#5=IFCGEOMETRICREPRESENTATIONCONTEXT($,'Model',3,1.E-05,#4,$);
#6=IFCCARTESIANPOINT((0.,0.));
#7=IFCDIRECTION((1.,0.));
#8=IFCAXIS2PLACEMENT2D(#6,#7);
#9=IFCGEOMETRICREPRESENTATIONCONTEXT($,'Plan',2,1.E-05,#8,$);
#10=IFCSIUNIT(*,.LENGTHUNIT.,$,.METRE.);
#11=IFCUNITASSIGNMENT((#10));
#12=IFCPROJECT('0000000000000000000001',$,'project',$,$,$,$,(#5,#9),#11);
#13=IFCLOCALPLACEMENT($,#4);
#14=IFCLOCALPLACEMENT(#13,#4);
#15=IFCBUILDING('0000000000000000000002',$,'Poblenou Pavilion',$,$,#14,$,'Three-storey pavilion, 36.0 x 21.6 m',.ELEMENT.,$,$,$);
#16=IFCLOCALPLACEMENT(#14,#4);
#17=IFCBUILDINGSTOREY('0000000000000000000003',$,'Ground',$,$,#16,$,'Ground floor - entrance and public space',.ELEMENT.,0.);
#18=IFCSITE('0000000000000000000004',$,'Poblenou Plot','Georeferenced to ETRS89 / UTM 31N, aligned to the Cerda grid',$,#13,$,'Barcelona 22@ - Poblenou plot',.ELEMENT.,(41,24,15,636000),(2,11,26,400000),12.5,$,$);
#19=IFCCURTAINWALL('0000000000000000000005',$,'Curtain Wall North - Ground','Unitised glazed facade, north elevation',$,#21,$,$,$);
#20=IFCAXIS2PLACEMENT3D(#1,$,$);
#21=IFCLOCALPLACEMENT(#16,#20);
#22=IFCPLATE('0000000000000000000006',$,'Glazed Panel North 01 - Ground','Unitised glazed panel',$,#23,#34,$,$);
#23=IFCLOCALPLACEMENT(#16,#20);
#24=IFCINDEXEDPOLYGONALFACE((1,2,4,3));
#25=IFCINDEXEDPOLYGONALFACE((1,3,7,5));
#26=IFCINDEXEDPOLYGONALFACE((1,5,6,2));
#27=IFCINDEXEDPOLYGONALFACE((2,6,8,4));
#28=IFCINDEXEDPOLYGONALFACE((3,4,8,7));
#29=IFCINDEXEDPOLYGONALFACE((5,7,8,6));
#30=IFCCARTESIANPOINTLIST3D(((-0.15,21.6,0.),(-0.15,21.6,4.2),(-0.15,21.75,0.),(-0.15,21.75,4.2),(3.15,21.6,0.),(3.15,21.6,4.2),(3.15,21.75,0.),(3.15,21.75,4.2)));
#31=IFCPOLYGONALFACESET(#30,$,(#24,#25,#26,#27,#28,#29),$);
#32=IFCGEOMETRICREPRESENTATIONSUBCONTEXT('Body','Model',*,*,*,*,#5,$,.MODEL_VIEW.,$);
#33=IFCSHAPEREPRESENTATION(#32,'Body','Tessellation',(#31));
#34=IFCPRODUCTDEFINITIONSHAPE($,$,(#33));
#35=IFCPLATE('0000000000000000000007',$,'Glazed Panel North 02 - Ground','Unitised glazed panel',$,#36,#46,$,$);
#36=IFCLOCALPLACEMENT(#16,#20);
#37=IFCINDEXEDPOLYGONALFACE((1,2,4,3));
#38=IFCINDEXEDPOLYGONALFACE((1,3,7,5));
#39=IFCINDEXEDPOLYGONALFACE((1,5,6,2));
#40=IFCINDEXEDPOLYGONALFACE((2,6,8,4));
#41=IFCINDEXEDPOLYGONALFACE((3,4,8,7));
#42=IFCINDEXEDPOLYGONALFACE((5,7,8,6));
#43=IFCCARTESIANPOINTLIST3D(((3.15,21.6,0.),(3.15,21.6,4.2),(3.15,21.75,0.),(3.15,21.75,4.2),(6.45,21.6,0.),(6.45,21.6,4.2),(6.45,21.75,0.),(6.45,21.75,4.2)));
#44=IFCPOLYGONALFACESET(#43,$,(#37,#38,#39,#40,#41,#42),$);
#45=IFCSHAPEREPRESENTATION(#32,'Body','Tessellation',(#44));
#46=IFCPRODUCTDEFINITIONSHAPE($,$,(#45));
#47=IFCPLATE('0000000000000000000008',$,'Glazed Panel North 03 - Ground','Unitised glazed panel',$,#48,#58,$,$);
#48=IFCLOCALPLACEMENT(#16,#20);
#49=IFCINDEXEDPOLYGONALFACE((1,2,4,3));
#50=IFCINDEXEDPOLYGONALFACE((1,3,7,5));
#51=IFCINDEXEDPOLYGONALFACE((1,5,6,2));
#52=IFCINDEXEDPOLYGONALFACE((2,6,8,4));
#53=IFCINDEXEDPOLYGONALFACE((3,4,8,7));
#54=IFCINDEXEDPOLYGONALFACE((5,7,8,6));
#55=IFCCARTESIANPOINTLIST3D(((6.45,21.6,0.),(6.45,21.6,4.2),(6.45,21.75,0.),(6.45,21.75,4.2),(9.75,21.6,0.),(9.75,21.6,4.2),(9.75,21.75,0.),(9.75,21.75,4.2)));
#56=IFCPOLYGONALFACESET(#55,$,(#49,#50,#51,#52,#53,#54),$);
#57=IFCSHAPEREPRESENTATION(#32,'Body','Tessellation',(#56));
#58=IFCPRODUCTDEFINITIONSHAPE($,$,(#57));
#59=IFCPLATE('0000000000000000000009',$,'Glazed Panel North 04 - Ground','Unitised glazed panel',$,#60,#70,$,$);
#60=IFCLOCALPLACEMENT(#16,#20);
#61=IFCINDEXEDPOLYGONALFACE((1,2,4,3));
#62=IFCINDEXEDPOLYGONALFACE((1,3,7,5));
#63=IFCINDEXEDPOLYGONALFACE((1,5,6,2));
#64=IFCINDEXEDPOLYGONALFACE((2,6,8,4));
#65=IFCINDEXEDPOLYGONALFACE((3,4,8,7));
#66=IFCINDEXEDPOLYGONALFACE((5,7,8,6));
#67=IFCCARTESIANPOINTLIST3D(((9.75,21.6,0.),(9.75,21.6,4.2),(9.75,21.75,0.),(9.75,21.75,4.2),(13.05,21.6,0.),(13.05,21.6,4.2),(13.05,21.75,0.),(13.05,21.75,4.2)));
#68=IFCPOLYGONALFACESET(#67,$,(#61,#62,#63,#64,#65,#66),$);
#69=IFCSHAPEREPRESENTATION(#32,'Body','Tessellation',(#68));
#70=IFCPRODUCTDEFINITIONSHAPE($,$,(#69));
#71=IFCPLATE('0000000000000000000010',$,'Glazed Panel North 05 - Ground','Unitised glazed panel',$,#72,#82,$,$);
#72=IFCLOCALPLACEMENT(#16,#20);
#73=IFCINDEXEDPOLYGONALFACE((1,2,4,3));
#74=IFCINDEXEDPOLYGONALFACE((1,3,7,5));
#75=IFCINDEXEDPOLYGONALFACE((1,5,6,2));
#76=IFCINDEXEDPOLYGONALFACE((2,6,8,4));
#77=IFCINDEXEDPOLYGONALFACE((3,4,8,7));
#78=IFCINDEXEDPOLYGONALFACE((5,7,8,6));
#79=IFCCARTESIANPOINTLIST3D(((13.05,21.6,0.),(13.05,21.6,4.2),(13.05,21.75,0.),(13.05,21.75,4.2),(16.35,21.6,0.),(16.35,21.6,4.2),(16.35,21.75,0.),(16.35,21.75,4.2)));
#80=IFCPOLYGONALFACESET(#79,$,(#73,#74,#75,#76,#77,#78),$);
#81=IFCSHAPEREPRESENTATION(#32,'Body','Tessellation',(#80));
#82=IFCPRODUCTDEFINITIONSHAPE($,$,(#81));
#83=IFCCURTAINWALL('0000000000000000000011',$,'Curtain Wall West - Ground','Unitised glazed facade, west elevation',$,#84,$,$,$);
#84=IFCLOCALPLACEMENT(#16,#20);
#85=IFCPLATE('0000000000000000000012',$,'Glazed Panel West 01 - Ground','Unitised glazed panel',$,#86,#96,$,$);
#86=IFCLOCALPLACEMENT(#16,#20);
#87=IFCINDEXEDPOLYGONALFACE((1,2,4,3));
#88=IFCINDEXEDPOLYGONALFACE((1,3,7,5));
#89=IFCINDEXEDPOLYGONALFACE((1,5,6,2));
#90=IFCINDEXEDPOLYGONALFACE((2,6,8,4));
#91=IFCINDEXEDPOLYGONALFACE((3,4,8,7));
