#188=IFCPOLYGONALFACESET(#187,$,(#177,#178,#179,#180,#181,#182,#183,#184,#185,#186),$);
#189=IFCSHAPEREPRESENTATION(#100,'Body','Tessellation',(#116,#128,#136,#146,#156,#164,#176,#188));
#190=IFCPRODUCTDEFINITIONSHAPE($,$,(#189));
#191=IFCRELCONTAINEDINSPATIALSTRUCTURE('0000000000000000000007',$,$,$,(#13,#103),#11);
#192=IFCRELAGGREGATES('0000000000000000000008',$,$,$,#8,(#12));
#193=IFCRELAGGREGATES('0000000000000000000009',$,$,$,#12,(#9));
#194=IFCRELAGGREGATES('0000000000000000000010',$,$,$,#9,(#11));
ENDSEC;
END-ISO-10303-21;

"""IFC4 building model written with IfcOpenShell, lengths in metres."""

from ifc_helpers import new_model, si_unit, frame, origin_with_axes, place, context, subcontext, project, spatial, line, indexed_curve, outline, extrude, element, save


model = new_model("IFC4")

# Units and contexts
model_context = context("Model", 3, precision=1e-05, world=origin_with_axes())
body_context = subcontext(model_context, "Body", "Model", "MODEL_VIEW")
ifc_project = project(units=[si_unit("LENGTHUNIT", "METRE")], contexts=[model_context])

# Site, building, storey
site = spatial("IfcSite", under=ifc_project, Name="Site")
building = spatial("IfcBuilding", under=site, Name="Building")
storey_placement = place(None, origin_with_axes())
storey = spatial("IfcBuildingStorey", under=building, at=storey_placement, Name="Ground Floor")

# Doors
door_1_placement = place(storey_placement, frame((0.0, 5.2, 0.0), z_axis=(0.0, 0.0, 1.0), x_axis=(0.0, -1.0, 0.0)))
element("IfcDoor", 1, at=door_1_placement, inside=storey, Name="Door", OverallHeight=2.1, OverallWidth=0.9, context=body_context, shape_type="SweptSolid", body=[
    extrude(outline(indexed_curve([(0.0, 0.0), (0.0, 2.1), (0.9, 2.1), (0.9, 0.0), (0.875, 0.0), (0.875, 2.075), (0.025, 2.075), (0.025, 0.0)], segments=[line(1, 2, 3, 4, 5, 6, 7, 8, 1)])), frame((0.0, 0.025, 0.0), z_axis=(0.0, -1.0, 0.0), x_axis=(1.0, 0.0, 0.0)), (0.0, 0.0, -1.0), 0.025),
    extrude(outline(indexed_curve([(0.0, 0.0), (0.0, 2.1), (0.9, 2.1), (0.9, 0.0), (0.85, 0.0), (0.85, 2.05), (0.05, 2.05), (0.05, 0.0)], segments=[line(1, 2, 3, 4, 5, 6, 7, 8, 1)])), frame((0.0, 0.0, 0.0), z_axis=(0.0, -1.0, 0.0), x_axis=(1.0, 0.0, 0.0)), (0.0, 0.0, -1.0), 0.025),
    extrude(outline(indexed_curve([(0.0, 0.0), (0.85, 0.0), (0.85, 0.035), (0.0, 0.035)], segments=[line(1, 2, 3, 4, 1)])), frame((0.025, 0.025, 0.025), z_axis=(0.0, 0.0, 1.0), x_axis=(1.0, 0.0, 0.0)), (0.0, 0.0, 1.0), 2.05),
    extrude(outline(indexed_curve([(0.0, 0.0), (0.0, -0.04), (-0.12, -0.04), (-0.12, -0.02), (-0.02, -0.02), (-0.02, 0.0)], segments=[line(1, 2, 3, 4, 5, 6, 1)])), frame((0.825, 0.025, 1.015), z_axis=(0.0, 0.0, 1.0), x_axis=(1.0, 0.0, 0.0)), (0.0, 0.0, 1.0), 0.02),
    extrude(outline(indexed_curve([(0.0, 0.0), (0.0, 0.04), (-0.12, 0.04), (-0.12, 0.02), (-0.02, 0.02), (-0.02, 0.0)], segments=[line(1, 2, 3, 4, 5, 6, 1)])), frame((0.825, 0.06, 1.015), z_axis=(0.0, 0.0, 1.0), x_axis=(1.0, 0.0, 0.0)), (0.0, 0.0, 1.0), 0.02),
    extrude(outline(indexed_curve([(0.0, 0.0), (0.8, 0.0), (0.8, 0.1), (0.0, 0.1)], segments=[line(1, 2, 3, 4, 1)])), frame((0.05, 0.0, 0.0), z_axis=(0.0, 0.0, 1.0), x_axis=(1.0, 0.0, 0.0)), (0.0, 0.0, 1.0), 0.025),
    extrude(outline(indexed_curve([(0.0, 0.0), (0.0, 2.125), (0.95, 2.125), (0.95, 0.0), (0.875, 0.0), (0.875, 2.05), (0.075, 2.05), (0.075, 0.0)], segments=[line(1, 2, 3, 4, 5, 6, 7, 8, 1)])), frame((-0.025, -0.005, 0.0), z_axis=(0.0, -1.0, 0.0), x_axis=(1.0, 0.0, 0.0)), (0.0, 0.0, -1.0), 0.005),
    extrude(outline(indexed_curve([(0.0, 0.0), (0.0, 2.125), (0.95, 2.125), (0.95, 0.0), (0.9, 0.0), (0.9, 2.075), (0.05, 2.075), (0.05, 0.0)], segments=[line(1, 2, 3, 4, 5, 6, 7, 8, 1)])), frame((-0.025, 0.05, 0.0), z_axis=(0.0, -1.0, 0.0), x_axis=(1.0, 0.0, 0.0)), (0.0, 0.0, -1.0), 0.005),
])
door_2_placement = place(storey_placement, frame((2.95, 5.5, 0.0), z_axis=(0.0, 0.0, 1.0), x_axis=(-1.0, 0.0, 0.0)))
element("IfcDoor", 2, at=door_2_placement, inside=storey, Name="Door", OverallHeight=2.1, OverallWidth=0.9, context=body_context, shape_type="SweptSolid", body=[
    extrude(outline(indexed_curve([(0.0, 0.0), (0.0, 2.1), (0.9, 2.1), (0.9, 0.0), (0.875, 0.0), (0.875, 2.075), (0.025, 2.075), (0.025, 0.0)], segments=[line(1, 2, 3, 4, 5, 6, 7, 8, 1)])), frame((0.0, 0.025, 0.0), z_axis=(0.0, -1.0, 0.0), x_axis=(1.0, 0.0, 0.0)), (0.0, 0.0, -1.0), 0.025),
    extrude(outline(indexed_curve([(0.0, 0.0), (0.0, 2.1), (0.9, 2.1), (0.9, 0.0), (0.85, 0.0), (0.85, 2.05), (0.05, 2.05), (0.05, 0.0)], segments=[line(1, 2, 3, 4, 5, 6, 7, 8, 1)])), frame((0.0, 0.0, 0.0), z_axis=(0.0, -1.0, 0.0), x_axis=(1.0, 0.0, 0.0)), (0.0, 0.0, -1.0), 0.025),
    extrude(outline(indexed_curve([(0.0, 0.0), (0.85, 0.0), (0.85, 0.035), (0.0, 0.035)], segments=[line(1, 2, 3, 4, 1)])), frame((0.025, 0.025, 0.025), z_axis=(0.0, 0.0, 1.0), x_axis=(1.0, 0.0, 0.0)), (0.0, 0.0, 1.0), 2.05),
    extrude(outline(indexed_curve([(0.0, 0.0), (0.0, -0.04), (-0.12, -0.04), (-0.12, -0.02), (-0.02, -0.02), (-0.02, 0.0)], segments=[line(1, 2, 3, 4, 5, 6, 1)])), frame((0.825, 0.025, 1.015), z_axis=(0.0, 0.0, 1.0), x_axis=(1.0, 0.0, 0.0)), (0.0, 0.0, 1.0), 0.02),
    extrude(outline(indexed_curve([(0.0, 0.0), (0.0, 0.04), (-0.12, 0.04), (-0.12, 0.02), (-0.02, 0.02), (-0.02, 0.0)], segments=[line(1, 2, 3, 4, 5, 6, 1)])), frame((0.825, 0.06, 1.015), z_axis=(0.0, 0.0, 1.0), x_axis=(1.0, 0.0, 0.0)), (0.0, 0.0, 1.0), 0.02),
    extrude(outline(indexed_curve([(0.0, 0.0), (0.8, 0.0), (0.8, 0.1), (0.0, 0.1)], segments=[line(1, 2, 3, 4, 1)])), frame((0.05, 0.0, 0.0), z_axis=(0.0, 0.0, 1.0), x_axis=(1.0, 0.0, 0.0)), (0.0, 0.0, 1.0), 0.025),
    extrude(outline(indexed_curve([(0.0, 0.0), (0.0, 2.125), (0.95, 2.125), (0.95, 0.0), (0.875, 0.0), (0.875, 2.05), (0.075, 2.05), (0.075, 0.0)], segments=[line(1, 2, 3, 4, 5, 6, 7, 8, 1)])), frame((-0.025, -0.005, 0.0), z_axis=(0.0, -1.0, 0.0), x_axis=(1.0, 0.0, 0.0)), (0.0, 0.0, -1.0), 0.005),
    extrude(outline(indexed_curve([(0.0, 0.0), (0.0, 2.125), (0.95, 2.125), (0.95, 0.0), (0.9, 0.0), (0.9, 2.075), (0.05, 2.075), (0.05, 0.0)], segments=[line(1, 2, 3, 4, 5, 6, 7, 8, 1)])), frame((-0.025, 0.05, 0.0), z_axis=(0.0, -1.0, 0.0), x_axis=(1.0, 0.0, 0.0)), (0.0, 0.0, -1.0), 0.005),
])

----------------------------------------

_Task requirements_.
In restating the data, begin at its first line, reproduce each line word for word, and conclude with the line that contains "#16=IFCLOCALPLACEMENT(#14,#4);".

_Answer space_.
#5=IFCGEOMETRICREPRESENTATIONCONTEXT($,'Model',3,1.E-05,#4,$);
#6=IFCCARTESIANPOINT((0.,0.));
#7=IFCDIRECTION((1.,0.));
#8=IFCAXIS2PLACEMENT2D(#6,#7);
#9=IFCGEOMETRICREPRESENTATIONCONTEXT($,'Plan',2,1.E-05,#8,$);
#10=IFCSIUNIT(*,.LENGTHUNIT.,$,.METRE.);
#11=IFCUNITASSIGNMENT((#10));
#12=IFCPROJECT('0000000000000000000001',$,'project',$,$,$,$,(#5,#9),#11);
#13=IFCLOCALPLACEMENT($,#4);
#14=IFCLOCALPLACEMENT(#13,#4);
#15=IFCBUILDING('0000000000000000000002',$,'Poblenou Pavilion',$,$,#14,$,'Three-storey pavilion, 36.0 x 21.6 m',.ELEMENT.,$,$,$);
#16=IFCLOCALPLACEMENT(#14,#4);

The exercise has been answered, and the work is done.